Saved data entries
--- --- ---

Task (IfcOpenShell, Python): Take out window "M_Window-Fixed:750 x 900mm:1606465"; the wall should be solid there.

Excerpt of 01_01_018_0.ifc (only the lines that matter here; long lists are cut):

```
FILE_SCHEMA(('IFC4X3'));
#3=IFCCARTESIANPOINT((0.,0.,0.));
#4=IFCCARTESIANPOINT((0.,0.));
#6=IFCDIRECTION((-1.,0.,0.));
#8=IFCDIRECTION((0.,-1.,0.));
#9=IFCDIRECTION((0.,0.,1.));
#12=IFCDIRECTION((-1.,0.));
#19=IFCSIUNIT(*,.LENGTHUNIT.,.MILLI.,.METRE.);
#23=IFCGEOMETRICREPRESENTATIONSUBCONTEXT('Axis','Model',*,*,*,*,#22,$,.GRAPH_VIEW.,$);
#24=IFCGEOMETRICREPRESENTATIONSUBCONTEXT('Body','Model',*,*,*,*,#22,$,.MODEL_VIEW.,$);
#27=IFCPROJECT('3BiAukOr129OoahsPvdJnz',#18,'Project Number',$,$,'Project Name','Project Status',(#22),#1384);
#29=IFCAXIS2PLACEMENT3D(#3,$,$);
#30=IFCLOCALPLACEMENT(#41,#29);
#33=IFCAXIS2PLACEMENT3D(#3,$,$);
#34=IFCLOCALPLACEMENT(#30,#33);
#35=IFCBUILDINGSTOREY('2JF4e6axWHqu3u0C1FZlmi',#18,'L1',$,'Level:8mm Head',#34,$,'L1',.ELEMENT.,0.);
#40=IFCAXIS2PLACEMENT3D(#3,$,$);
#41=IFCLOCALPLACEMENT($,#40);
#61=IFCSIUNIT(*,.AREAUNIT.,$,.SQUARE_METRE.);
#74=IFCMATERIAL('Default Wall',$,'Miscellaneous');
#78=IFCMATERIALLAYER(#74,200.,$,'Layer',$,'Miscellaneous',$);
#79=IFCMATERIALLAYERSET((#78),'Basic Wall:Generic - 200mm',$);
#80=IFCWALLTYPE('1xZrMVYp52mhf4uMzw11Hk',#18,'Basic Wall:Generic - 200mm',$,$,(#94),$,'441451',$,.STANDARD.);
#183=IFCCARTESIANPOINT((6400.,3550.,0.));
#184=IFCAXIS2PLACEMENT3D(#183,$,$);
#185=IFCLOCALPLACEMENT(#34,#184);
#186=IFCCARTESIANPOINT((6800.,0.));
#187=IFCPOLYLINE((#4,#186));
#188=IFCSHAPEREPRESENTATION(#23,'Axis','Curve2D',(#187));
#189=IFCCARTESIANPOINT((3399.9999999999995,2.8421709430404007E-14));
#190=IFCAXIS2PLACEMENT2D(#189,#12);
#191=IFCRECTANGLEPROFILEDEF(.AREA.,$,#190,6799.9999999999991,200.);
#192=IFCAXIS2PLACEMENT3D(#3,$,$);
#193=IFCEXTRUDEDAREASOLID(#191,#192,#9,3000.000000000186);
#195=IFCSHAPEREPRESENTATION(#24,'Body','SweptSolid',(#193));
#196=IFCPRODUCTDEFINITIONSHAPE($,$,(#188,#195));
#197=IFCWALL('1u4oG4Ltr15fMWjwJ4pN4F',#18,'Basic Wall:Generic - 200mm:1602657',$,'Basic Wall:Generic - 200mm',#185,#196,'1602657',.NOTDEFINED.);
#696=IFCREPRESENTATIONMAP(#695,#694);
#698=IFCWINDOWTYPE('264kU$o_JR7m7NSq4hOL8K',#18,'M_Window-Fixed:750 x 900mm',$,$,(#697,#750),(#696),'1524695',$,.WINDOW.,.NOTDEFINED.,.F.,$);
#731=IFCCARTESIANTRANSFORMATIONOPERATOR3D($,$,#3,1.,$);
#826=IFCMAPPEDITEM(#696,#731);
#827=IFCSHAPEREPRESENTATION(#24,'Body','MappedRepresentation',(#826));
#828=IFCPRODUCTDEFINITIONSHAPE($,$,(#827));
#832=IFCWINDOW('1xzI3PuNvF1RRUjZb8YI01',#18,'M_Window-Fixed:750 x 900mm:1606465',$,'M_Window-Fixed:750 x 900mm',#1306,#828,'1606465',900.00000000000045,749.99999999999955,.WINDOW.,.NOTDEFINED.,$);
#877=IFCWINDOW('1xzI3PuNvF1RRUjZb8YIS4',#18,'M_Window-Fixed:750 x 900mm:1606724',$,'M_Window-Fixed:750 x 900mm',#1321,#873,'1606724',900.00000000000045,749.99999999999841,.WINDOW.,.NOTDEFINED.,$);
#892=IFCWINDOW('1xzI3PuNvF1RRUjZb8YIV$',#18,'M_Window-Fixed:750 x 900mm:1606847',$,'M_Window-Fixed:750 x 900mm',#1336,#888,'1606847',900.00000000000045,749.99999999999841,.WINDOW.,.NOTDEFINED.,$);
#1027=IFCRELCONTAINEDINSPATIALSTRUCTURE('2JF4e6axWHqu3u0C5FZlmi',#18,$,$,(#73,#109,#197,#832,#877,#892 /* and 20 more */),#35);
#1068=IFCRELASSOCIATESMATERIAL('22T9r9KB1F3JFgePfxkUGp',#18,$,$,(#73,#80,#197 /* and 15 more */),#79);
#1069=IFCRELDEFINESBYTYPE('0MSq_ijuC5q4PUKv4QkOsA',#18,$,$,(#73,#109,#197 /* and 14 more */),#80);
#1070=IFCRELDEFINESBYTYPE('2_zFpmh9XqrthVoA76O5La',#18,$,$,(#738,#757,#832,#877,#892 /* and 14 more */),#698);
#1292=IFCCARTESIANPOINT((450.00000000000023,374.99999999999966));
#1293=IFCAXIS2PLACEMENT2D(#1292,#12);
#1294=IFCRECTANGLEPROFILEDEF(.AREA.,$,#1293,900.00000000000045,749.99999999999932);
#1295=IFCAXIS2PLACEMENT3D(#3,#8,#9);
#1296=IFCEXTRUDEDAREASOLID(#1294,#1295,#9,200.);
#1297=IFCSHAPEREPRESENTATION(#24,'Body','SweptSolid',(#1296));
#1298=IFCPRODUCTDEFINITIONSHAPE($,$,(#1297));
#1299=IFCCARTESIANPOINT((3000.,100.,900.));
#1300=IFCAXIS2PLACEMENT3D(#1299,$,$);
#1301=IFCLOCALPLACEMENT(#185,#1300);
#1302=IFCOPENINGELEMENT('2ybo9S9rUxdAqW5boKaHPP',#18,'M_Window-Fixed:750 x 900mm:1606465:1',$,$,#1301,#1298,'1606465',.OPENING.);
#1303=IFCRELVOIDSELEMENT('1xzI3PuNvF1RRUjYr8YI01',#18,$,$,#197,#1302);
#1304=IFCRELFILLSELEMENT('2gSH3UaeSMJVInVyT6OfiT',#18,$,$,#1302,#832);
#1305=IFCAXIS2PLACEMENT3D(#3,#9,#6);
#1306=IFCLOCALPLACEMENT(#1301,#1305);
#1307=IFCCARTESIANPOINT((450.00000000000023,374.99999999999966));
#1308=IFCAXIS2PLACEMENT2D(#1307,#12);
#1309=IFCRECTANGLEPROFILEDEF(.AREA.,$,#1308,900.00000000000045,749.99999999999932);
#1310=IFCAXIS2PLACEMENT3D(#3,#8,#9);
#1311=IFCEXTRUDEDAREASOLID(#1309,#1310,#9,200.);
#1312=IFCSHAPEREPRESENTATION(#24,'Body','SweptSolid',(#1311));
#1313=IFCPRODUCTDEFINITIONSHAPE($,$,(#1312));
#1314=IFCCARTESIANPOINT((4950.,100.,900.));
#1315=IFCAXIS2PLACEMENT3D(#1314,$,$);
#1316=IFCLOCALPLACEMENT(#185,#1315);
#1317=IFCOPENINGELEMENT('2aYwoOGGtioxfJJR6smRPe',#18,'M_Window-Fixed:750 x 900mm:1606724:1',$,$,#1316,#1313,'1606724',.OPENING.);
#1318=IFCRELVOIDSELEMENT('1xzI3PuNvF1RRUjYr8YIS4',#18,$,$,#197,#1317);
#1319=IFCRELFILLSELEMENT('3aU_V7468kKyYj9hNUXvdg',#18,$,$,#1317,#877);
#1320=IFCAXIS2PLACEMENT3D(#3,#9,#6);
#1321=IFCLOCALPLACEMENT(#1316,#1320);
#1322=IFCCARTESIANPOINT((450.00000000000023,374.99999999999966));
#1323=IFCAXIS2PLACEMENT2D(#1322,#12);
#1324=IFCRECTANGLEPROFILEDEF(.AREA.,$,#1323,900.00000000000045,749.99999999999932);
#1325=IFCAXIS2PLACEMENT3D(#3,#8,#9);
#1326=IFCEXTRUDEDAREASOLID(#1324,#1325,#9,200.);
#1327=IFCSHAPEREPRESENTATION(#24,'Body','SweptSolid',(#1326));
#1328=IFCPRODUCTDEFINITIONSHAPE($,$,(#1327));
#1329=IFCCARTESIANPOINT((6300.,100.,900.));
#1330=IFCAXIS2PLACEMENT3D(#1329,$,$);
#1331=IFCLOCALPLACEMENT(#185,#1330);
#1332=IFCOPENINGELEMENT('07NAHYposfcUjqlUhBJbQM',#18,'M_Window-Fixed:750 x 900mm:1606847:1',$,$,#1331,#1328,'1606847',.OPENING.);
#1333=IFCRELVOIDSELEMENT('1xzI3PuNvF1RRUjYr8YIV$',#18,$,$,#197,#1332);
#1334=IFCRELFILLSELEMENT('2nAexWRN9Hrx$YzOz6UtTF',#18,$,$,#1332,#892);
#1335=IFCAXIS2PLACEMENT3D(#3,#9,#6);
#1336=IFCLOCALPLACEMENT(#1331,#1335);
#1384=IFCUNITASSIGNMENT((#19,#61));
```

```python
import ifcopenshell
import ifcopenshell.api.feature
import ifcopenshell.api.root
import ifcopenshell.geom
import ifcopenshell.util.shape

model = ifcopenshell.open("01_01_018_0.ifc")
settings = ifcopenshell.geom.settings()


def volume(element):
    """Net volume in cubic metres, openings subtracted."""
    shape = ifcopenshell.geom.create_shape(settings, element)
    return ifcopenshell.util.shape.get_volume(shape.geometry)


window = model.by_guid("1xzI3PuNvF1RRUjZb8YI01")
opening = window.FillsVoids[0].RelatingOpeningElement
wall = opening.VoidsElements[0].RelatingBuildingElement
before = volume(wall)

ifcopenshell.api.root.remove_product(model, product=window)
ifcopenshell.api.feature.remove_feature(model, feature=opening)

after = volume(wall)

print(f"wall volume {before:.3f} -> {after:.3f} m3")

model.write("01_01_018_0_rev.ifc")
```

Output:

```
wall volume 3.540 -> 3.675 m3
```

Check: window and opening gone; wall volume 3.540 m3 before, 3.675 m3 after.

--- --- ---

• [BRIEF] Show every line above in which the word "IFCOPENINGELEMENT" is found.

• [WRITTEN REPLY]
#1302=IFCOPENINGELEMENT('2ybo9S9rUxdAqW5boKaHPP',#18,'M_Window-Fixed:750 x 900mm:1606465:1',$,$,#1301,#1298,'1606465',.OPENING.);
#1317=IFCOPENINGELEMENT('2aYwoOGGtioxfJJR6smRPe',#18,'M_Window-Fixed:750 x 900mm:1606724:1',$,$,#1316,#1313,'1606724',.OPENING.);
#1332=IFCOPENINGELEMENT('07NAHYposfcUjqlUhBJbQM',#18,'M_Window-Fixed:750 x 900mm:1606847:1',$,$,#1331,#1328,'1606847',.OPENING.);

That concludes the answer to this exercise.